Idempotency & Late-Arriving Data
The patterns above answer the changes and how to apply changes to the target table. Production pipelines also have to survive failures and stragglers.
Idempotent retries
A pipeline is idempotent if every run with same input produces the same result as running it once. This matters because jobs will fail partway through and when they do, the safest recovery is usually run it again.
Append is only idempotent if you can guarantee the same batch never gets re-submitted (e.g., the watermark genuinely didn’t advance on failure).
Merge on a unique key is naturally idempotent as applying the same upsert twice leaves the table in the same state both times.
Replace-partition is idempotent by construction as it just overwrites the same partition with the same data on re-run.
When in doubt, prefer merge or replace-partition over plain append for anything that touches a target table directly. I have primarily worked with these types of pipelines throughout the use cases I have handled.
Lookback windows
Watermarks assume data arrives in order but real systems have clock skew, retries, and out-of-order delivery. A record with updated_at = 09:58 AM might not actually land in your source table until 10:05 AM, after your pipeline already advanced its watermark past 10:00.
A lookback window fixes this by deliberately re-scanning a small slice of recently-processed data on every run, not just the strictly-new range:
SELECT * FROM source WHERE updated_at > (:last_watermark - INTERVAL ‘1 hour’);Combined with a merge-on-key apply step, this is safe: records that were already processed get matched and updated (or re-written identically), and the late arrival finally gets picked up typically within one run after it actually lands.
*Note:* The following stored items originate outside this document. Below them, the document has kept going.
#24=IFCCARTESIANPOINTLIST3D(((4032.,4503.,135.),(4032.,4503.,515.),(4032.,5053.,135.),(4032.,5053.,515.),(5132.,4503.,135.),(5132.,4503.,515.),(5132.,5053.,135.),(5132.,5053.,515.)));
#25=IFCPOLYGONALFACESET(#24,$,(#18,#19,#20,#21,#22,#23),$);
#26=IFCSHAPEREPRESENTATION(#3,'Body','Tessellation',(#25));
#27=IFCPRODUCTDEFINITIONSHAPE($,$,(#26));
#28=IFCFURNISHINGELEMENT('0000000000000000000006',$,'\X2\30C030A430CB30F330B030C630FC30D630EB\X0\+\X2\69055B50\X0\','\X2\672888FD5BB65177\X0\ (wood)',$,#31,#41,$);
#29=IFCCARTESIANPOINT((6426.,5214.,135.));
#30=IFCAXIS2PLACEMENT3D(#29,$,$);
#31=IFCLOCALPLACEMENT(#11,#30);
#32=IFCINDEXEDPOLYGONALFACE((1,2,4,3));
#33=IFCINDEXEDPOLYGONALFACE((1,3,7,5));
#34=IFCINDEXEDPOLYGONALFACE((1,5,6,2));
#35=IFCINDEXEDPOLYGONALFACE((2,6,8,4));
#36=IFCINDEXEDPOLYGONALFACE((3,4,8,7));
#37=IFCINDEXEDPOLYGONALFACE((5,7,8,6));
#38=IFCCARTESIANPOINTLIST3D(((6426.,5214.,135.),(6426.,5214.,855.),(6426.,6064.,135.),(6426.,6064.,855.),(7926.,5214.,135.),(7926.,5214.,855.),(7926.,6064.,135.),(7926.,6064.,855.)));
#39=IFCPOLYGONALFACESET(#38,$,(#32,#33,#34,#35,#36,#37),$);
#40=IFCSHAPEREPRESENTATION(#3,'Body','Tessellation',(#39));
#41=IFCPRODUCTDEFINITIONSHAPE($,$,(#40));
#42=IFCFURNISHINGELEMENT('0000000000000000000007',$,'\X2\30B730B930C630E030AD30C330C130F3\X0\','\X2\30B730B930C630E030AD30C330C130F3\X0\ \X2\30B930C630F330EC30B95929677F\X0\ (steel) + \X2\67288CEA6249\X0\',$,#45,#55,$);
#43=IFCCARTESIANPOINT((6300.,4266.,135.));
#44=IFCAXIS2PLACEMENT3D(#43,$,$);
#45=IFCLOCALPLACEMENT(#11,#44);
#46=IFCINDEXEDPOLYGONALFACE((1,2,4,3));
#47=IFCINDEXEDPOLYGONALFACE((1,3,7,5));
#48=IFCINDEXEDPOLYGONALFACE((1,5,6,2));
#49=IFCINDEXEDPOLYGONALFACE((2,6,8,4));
Choosing the Right Pattern
Full reload
Sees deletes: Yes (trivially)
Operational complexity: Low
Best fit: Small tables, simple pipelines, infrequent runs
Watermark extraction
Sees deletes: No
Operational complexity: Low
Best fit: Append-heavy sources with a reliable “updated at” column
Change data capture
Sees deletes: Yes
Operational complexity: High
Best fit: Mission-critical sources where deletes and full history matter
Merge / upsert apply
Sees deletes: Depends on source
Operational complexity: Medium
Best fit: Mutable fact/dimension tables, regardless of how the delta was identified
Replace-partition apply
Sees deletes: N/A (replaces whole chunk)
Operational complexity: Medium
Best fit: Time-partitioned batch data with occasional corrections
In practice, these aren’t mutually exclusive. A typical production pipeline picks one technique to identify the delta (watermark or CDC) and one to apply it (merge, append, or replace-partition), then layers idempotency and a lookback window on top for safety.